# SOS G4 !!! QUE FAIRE ?



## vespaman (29 Octobre 2010)

Bonjour à tous et à toutes, ravi de rejoindre le forum ! Comme vous le comprendrez vite à la lecture de ce message, je ne suis ni un geek, ni un "spé" de la pomme et j'ai un souci pour lequel je suis sûr que votre aide et vos conseils me seront précieux. Un grand merci d'avance, je suis vraiment dans la panade...

Je viens de récupérer les éléments suivants :
Ecran Cinema Display Modèle M 8149 (24"?, diagonale écran de 56 cm)
Unité centrale PowerMac G4 Modèle M 8570 MDD cadencé à 1,25 GhZ
Clavier Prokeyboard (touches noires et coque en plexiglas sur l'arrière, pas de pavé numérique)
Pas de souris Mac infrarouge ou filaire à dispo à ce jour

Imprimante Canon et boîtier Free pas encore reconnectés.

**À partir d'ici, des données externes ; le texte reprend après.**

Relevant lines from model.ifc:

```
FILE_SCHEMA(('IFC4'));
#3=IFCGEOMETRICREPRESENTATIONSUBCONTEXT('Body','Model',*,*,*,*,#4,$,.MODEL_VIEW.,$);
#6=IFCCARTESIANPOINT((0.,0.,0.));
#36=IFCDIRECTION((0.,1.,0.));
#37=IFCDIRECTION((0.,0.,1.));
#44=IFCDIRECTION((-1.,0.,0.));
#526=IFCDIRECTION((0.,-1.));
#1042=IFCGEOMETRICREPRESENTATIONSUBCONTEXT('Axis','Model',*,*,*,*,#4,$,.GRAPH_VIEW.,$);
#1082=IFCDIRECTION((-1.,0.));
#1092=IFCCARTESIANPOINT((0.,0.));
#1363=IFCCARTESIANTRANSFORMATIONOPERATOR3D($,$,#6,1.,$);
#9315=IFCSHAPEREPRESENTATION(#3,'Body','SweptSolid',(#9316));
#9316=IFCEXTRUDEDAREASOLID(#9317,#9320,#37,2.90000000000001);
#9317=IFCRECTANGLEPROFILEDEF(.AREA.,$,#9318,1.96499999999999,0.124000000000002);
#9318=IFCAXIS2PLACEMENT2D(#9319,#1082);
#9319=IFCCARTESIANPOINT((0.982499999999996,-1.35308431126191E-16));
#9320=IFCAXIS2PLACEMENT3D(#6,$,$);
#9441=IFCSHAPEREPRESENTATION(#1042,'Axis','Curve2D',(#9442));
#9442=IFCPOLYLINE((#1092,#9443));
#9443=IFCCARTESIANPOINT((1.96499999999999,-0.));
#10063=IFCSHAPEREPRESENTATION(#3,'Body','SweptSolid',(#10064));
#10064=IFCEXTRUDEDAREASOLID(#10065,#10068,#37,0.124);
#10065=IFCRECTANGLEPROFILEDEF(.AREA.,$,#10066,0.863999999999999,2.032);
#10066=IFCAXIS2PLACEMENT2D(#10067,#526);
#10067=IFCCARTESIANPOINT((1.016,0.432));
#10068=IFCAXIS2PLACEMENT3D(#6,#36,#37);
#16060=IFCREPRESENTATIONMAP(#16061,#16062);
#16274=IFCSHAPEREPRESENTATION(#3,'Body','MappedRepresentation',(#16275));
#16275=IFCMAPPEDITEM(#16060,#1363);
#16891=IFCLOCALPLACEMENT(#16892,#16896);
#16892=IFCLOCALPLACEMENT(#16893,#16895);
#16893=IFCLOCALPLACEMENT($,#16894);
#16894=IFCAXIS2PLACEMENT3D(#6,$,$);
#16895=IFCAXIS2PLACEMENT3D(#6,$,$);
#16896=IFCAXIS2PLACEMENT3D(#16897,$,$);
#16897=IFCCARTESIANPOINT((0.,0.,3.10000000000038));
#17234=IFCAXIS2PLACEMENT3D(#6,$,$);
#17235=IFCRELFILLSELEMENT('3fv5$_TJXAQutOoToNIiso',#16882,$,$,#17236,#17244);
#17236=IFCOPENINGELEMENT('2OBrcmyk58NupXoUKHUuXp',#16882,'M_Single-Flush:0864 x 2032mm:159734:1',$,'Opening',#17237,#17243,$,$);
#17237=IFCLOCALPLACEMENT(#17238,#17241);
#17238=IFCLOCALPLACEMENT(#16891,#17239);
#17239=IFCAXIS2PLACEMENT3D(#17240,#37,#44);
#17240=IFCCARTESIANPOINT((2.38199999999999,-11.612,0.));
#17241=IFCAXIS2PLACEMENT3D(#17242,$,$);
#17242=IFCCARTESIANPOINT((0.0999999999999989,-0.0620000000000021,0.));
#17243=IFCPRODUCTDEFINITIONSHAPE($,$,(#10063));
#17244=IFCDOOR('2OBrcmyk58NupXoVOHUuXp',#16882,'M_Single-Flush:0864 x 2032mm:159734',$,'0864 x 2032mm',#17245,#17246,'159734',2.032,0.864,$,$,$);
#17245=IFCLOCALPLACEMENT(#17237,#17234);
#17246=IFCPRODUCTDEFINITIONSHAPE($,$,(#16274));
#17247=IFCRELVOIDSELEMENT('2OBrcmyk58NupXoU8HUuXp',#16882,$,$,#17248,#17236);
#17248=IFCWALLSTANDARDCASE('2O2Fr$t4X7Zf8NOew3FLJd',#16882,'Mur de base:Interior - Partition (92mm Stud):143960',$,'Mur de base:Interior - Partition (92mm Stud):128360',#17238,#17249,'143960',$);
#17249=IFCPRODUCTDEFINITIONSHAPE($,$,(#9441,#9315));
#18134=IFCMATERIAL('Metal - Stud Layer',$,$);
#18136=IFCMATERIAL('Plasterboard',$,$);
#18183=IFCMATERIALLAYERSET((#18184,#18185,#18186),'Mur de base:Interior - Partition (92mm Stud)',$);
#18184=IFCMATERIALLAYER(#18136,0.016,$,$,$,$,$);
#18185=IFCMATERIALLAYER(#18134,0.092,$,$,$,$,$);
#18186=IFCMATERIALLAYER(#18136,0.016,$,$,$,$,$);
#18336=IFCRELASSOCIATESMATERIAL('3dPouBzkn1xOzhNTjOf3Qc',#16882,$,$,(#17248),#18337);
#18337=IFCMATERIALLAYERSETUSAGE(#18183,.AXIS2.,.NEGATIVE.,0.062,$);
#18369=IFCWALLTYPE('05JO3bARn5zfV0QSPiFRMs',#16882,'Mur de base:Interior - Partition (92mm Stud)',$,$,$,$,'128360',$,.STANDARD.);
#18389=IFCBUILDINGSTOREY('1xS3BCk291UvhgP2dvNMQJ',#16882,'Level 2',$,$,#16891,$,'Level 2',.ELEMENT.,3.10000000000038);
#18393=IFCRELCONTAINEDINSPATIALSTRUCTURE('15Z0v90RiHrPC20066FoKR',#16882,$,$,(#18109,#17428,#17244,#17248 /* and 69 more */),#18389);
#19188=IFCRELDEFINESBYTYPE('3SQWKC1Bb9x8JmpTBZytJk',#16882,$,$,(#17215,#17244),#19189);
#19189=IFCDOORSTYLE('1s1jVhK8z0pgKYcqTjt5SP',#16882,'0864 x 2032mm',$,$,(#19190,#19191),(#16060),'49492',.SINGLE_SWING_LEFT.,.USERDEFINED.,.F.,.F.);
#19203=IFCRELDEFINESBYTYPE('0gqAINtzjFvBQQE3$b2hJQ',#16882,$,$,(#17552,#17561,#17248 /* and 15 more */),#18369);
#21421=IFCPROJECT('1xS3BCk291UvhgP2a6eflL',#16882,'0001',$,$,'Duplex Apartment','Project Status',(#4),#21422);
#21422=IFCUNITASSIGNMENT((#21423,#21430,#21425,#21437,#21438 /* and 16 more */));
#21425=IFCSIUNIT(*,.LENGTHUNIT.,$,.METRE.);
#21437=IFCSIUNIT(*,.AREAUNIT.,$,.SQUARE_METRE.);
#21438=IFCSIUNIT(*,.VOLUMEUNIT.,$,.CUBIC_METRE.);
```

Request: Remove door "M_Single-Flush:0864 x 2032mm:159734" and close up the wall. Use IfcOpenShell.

```python
import ifcopenshell
import ifcopenshell.api.feature
import ifcopenshell.api.root
import ifcopenshell.geom
import ifcopenshell.util.shape

model = ifcopenshell.open("model.ifc")
settings = ifcopenshell.geom.settings()


def volume(element):
    """Net volume in cubic metres, openings subtracted."""
    shape = ifcopenshell.geom.create_shape(settings, element)
    return ifcopenshell.util.shape.get_volume(shape.geometry)


door = model.by_guid("2OBrcmyk58NupXoVOHUuXp")
opening = door.FillsVoids[0].RelatingOpeningElement
wall = opening.VoidsElements[0].RelatingBuildingElement
before = volume(wall)

ifcopenshell.api.root.remove_product(model, product=door)
ifcopenshell.api.feature.remove_feature(model, feature=opening)

after = volume(wall)

print(f"wall volume {before:.3f} -> {after:.3f} m3")

model.write("model-out.ifc")
```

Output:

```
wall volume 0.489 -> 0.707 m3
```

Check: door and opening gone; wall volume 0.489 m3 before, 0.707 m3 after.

Aucun souci au moment des branchements de l'écran à l'unité centrale, du clavier à l'unité centrale et de l'unité centrale au secteur. La machine s'allume normalement et j'atteris sur la page d'accueil du bureau, flèche de navigation bloquée en haut à gauche. Une première souris Microsoft sans fil n'est pas détectée, impossible de prendre la main. Je réessaye avec une seconde souris filaire Microsoft. Et là, même échec, malgré des branchements sur les ports USB gauche et droite du clavier et également directement sur l'unité centrale... Difficile de savoir ce qu'a la bête dans ses entrailles niveau système d'exploitation, mémoire, capacité du dur, logiciels, etc si on ne peut naviguer. De plus, la seul façon d'éteindre est de couper directement le courant sur le bloc secteur et ça, c'est pas glop.

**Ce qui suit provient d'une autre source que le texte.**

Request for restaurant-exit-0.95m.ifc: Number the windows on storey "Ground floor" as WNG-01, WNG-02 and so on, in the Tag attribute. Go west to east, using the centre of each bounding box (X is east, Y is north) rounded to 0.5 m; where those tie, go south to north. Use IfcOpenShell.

First a look at what the model holds.

```python
import ifcopenshell
import ifcopenshell.util.element
import ifcopenshell.util.placement

model = ifcopenshell.open("restaurant-exit-0.95m.ifc")
print(model.schema)
storey = next(s for s in model.by_type("IfcBuildingStorey") if s.Name == "Ground floor")
windows = [e for e in ifcopenshell.util.element.get_decomposition(storey) if e.is_a("IfcWindow")]
for e in sorted(windows, key=lambda e: e.id()):
    origin = ifcopenshell.util.placement.get_local_placement(e.ObjectPlacement)[:3, 3]
    print(e.id(), e.Tag, e.Name, origin.round(2) + 0.0, sep=" | ")
```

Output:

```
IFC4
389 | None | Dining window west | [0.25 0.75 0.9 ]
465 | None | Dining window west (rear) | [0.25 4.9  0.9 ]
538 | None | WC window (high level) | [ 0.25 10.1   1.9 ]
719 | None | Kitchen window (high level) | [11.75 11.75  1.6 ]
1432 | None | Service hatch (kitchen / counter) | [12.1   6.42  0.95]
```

```python
import ifcopenshell
import ifcopenshell.geom
import ifcopenshell.util.element
import ifcopenshell.util.shape

model = ifcopenshell.open("restaurant-exit-0.95m.ifc")
settings = ifcopenshell.geom.settings()
settings.set("use-world-coords", True)


def centre(element):
    shape = ifcopenshell.geom.create_shape(settings, element)
    return ifcopenshell.util.shape.get_bbox_centroid(shape.geometry)


storey = next(s for s in model.by_type("IfcBuildingStorey") if s.Name == "Ground floor")
windows = [e for e in ifcopenshell.util.element.get_decomposition(storey) if e.is_a("IfcWindow")]

# Insertion points can sit at a corner or the storey origin, so sort by the geometry (in metres).
centres = {e: centre(e) for e in windows}
windows.sort(key=lambda e: (round(centres[e][0] / 0.5), centres[e][1]))

for i, e in enumerate(windows, start=1):
    number = f"WNG-{i:02d}"
    e.Tag = number
    print(e.id(), number)

model.write("restaurant-exit-0.95m_v2.ifc")
```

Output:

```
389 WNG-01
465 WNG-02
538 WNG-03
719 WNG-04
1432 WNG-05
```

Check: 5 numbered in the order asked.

A ce stade, quatre questions dont je vous prie d'excuser la débilité :

Comment faire pour investiguer l'ordi ? Ai-je besoin d'une souris spécifique Mac, si oui laquelle ? Existe t-il une bidouille clavier (hors écrasage du contenu ou réinitialisation à zéro) au moment du démarrage ou une fois le bureau à l'écran pour récupérer la main et voir ce qu'il y a dans la machine niveau ressources et capacités aujourd'hui ?

Si la seule chose qui me reste à faire est de tout écraser pour réinstaller un nouveau système d'exploitation, quelle est la manip'?

Quel système d'exploitation maximal ce modèle peut-il tolérer ? On m'a parlé de Mac OS 9.2.2, de Mac OS X 10.4.11 Tiger et de Mac OS X V10.5, mais les infos que j'ai ne sont ni claires ni définitives. Quel système me conseillez-vous, me faut-il des barrettes de mémoire supplémentaires pour une telle installation ?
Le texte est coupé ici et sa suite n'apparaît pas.